Source information below:

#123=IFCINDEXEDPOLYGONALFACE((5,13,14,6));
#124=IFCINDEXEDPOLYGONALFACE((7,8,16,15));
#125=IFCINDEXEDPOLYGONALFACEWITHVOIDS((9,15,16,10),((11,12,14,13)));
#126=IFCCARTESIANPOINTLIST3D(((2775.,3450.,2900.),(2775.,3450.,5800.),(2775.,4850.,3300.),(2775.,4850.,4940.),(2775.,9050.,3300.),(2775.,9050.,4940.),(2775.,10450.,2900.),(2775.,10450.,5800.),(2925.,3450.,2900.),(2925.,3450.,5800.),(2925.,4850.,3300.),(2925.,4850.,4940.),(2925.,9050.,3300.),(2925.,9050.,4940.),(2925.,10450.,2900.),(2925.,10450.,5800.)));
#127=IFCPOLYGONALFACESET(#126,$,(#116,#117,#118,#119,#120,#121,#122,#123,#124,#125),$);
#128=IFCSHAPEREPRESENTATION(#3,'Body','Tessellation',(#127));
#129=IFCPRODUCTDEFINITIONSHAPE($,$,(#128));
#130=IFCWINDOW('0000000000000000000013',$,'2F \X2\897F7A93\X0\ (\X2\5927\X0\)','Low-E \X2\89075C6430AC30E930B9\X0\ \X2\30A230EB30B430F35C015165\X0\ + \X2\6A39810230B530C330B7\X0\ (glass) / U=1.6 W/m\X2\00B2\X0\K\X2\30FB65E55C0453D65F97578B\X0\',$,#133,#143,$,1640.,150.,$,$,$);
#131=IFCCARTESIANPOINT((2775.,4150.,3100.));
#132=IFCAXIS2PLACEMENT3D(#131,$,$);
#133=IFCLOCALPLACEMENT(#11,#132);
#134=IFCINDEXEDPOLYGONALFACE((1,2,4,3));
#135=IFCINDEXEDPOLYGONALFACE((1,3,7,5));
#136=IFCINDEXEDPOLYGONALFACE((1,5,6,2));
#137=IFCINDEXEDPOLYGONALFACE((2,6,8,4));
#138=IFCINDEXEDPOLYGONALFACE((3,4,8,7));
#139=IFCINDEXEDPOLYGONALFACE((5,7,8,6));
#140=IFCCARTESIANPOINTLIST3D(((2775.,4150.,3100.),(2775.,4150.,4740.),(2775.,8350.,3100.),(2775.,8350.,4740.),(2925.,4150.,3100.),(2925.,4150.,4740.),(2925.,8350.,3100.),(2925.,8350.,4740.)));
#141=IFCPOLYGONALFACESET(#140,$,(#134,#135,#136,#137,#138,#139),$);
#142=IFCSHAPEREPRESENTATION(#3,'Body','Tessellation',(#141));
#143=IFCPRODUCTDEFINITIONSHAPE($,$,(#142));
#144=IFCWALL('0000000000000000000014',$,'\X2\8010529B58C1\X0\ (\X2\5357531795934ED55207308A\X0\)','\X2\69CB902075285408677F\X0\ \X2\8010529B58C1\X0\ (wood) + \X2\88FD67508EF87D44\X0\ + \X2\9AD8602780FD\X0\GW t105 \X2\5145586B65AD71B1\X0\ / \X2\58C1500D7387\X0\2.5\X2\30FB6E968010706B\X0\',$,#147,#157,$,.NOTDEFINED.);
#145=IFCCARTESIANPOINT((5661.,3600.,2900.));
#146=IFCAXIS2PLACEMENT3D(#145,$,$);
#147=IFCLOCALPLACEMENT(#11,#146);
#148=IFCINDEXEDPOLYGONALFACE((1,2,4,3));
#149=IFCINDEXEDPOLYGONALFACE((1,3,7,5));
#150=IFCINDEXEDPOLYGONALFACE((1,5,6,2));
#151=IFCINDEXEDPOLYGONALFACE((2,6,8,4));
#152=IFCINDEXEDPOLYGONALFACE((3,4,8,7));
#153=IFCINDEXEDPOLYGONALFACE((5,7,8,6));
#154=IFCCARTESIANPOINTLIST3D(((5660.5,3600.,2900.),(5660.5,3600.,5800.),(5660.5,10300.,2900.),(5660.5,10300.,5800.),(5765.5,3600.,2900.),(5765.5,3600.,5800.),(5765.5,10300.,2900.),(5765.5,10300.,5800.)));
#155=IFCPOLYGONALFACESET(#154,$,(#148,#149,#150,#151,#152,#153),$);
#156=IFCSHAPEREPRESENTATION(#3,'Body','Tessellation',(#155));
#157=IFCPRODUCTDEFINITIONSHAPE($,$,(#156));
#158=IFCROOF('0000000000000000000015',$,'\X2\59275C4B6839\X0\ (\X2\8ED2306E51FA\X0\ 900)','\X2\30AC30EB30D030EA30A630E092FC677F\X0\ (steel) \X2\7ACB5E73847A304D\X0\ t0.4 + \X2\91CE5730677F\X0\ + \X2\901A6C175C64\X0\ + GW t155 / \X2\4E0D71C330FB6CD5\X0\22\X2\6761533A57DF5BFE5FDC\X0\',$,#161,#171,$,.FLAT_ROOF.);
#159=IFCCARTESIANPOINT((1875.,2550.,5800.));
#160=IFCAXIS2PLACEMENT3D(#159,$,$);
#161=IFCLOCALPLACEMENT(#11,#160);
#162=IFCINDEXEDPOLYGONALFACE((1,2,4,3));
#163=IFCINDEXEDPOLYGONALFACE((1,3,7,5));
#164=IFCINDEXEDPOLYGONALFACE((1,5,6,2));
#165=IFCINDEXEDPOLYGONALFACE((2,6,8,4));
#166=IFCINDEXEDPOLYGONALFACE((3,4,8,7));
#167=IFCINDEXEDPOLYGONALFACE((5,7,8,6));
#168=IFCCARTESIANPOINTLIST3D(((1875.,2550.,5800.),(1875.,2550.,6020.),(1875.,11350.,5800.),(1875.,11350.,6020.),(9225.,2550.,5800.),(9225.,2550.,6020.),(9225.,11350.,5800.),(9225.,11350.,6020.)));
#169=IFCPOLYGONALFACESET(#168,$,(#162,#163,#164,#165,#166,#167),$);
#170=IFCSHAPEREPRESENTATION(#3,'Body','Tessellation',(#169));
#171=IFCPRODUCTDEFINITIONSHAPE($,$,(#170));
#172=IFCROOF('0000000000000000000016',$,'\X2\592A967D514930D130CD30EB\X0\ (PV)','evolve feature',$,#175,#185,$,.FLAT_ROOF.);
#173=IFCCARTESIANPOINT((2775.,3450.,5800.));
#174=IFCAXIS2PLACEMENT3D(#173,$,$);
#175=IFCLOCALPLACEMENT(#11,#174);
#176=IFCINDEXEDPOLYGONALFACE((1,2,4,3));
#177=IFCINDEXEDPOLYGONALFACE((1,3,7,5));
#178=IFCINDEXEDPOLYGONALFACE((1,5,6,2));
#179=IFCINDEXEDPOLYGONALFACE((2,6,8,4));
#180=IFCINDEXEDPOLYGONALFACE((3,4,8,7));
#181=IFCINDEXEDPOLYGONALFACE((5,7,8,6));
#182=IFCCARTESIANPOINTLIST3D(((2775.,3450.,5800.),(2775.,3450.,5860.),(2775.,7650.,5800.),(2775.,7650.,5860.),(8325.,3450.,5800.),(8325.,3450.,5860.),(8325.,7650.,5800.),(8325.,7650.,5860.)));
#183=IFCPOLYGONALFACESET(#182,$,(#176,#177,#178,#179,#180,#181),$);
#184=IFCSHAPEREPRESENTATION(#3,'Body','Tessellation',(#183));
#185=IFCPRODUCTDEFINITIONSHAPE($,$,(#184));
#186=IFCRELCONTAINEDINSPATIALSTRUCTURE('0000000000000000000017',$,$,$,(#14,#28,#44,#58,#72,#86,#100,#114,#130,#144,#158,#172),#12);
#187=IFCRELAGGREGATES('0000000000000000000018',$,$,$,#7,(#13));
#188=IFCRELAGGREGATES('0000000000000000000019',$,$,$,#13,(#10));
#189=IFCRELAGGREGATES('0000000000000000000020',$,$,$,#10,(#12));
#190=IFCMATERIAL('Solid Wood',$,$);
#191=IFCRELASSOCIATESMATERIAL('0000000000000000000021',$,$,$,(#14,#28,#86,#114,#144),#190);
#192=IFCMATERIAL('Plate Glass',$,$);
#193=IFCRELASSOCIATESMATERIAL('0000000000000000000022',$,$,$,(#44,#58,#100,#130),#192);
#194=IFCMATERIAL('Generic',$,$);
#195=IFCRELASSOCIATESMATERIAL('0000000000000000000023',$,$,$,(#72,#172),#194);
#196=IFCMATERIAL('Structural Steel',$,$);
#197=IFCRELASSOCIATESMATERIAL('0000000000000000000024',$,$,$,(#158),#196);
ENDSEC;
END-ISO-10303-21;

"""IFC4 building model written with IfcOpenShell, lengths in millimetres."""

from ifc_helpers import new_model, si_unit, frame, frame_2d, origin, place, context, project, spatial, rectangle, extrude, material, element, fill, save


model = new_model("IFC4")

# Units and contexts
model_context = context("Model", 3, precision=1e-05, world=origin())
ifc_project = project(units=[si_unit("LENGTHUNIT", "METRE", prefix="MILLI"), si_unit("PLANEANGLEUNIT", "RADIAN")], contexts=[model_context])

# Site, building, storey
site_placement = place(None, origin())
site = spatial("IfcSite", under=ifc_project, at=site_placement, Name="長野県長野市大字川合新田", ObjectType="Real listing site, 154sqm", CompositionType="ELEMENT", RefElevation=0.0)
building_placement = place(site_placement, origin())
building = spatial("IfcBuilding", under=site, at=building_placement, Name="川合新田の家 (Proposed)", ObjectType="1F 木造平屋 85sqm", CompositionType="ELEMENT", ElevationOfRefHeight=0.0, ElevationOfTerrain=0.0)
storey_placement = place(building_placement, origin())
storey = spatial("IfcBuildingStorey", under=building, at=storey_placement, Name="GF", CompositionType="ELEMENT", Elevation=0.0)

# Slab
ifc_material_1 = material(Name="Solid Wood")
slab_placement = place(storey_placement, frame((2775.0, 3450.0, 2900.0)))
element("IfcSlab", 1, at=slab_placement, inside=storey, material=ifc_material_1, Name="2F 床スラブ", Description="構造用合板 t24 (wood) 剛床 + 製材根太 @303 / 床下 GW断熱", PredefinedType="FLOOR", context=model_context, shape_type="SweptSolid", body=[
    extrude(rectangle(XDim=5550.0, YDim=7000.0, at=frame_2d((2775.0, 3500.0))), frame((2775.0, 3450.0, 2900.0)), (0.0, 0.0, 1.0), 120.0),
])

End of Source information.
Source information below:

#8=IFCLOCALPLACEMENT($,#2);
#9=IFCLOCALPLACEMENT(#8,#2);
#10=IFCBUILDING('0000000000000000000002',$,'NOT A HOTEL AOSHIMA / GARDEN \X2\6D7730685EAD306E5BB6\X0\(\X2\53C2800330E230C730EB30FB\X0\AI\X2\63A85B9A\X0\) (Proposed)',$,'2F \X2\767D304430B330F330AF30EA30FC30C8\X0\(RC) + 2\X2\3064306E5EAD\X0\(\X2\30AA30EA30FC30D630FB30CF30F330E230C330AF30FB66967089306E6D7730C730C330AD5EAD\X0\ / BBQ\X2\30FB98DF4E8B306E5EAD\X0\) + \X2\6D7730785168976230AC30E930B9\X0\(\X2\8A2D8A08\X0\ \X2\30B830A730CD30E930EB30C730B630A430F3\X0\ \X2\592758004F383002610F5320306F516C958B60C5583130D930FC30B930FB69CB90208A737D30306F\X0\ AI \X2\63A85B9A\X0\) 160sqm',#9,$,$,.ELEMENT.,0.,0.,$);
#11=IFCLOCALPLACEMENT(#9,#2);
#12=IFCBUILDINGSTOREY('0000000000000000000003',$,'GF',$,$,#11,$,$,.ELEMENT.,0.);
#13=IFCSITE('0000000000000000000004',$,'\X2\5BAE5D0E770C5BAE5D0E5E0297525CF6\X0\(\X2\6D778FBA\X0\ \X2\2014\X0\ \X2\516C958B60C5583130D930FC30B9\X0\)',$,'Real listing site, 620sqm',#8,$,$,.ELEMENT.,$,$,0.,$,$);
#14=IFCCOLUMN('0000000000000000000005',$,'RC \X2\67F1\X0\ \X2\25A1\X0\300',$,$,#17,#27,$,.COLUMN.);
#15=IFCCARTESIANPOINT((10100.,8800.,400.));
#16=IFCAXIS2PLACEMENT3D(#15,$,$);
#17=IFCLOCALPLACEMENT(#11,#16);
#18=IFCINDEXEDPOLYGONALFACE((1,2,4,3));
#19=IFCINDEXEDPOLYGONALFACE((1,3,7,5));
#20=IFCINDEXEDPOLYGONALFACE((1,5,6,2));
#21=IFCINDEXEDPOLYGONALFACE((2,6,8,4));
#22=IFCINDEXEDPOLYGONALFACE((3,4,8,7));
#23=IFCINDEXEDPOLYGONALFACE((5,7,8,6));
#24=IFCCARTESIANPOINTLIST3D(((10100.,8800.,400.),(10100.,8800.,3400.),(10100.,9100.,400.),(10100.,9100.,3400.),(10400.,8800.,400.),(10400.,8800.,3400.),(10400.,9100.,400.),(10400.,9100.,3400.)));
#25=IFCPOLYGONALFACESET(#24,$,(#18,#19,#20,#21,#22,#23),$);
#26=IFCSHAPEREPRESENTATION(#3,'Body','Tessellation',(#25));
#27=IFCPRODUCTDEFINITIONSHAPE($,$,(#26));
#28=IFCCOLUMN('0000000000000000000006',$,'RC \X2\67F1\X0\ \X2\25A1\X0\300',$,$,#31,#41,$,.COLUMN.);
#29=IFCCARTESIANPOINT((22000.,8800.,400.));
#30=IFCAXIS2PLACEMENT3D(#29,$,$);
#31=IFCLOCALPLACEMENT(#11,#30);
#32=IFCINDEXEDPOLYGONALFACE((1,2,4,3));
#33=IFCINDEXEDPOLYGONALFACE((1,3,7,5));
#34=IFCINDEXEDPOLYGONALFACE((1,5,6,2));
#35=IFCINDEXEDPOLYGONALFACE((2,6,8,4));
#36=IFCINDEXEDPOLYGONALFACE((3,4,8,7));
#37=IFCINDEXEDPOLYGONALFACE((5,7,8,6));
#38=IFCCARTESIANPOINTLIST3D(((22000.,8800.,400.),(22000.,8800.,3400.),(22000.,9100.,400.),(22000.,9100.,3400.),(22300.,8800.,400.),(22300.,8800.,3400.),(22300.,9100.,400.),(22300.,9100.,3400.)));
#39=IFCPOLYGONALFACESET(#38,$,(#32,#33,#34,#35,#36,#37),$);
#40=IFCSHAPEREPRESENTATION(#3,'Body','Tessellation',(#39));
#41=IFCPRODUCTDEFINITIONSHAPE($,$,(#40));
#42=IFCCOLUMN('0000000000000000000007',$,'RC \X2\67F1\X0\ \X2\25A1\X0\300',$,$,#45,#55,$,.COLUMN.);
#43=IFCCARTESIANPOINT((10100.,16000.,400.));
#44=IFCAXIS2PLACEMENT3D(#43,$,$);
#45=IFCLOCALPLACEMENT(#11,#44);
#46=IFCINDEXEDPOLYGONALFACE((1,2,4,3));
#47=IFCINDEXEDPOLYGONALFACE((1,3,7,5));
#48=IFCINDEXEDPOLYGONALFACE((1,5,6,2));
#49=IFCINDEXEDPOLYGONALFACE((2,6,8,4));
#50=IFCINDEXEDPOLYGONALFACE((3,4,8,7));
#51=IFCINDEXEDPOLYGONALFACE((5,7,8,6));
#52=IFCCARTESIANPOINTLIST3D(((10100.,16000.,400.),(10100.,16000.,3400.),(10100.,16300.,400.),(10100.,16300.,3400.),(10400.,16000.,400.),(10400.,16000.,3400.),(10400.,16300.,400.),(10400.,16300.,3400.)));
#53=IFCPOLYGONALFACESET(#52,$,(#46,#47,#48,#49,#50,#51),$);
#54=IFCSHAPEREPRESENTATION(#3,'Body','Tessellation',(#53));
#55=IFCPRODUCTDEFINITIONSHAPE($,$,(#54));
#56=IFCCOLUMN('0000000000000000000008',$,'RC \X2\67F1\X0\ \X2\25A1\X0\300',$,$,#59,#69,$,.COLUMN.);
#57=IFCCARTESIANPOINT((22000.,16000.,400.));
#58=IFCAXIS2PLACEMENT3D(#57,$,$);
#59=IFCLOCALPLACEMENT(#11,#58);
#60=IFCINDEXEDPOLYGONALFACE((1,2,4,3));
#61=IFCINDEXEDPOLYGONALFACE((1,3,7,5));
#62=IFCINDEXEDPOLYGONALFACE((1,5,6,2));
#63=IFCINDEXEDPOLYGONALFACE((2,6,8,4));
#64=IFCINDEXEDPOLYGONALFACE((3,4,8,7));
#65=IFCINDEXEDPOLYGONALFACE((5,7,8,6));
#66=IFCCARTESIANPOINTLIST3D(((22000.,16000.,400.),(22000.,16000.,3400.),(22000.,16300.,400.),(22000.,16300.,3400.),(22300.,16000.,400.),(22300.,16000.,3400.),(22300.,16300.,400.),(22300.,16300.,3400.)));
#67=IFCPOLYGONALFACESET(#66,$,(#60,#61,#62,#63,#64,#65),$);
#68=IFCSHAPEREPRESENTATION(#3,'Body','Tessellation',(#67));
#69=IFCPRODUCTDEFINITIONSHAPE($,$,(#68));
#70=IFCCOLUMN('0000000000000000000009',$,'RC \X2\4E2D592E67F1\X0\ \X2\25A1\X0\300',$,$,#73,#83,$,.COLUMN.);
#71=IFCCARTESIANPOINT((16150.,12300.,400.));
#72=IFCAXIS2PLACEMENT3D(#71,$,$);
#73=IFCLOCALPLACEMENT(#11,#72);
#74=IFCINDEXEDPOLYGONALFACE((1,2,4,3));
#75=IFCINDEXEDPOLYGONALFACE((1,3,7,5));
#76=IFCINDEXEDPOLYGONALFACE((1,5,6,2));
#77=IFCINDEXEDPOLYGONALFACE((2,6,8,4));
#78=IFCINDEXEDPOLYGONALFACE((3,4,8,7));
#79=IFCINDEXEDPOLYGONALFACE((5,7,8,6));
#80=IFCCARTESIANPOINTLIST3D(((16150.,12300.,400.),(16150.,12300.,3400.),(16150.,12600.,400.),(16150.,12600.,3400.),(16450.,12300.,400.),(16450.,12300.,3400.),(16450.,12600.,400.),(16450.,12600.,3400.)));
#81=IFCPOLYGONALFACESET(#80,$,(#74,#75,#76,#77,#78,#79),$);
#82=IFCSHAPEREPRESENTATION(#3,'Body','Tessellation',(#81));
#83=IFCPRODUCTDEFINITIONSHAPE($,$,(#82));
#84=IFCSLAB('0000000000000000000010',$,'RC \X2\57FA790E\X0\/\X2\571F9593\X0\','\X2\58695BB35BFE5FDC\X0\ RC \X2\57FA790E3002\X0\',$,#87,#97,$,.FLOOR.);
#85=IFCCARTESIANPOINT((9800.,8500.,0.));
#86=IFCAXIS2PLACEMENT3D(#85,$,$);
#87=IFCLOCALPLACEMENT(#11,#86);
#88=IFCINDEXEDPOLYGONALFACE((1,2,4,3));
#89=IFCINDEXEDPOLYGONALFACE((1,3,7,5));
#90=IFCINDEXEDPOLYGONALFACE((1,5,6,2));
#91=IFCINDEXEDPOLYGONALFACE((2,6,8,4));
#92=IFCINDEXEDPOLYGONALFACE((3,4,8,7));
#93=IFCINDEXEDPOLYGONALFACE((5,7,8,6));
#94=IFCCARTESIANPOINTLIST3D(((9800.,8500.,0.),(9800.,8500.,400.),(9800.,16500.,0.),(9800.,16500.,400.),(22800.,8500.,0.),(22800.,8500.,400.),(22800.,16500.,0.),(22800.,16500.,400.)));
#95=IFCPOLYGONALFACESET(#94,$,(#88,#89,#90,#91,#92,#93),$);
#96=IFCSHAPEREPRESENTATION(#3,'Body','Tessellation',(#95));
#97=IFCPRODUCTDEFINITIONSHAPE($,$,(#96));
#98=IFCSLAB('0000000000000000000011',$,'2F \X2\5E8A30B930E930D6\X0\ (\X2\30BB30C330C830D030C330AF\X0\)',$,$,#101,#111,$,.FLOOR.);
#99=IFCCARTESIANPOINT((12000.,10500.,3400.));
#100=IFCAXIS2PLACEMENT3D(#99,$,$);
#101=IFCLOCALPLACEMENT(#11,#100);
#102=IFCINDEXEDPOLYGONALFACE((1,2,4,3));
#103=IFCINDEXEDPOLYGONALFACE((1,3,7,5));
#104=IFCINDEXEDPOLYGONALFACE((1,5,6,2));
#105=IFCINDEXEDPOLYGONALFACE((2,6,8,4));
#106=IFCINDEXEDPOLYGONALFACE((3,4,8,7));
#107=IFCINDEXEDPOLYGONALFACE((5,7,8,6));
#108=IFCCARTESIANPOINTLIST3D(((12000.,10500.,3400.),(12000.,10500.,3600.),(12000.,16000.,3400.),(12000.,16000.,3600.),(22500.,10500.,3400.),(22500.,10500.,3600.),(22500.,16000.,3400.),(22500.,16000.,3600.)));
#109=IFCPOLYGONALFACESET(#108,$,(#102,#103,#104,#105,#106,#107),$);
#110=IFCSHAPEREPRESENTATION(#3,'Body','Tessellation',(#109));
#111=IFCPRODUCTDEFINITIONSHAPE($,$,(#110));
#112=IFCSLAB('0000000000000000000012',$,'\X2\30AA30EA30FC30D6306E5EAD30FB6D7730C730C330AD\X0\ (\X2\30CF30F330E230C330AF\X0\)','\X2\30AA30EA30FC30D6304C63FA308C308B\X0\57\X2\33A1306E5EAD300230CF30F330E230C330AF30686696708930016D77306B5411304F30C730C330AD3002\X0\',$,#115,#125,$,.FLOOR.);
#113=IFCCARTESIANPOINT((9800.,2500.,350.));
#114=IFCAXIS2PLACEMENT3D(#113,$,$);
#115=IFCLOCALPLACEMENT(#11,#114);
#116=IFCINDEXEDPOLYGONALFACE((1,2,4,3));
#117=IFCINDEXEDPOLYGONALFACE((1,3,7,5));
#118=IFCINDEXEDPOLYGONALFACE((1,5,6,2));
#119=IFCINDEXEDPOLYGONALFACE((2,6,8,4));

End of Source information.

### Prompt
In the entries above, restate word for word the lines between the one holding "#27=IFCPRODUCTDEFINITIONSHAPE($,$,(#26));" and the one holding "#41=IFCPRODUCTDEFINITIONSHAPE($,$,(#40));", inclusive, and nothing besides.

### Response
#27=IFCPRODUCTDEFINITIONSHAPE($,$,(#26));
#28=IFCCOLUMN('0000000000000000000006',$,'RC \X2\67F1\X0\ \X2\25A1\X0\300',$,$,#31,#41,$,.COLUMN.);
#29=IFCCARTESIANPOINT((22000.,8800.,400.));
#30=IFCAXIS2PLACEMENT3D(#29,$,$);
#31=IFCLOCALPLACEMENT(#11,#30);
#32=IFCINDEXEDPOLYGONALFACE((1,2,4,3));
#33=IFCINDEXEDPOLYGONALFACE((1,3,7,5));
#34=IFCINDEXEDPOLYGONALFACE((1,5,6,2));
#35=IFCINDEXEDPOLYGONALFACE((2,6,8,4));
#36=IFCINDEXEDPOLYGONALFACE((3,4,8,7));
#37=IFCINDEXEDPOLYGONALFACE((5,7,8,6));
#38=IFCCARTESIANPOINTLIST3D(((22000.,8800.,400.),(22000.,8800.,3400.),(22000.,9100.,400.),(22000.,9100.,3400.),(22300.,8800.,400.),(22300.,8800.,3400.),(22300.,9100.,400.),(22300.,9100.,3400.)));
#39=IFCPOLYGONALFACESET(#38,$,(#32,#33,#34,#35,#36,#37),$);
#40=IFCSHAPEREPRESENTATION(#3,'Body','Tessellation',(#39));
#41=IFCPRODUCTDEFINITIONSHAPE($,$,(#40));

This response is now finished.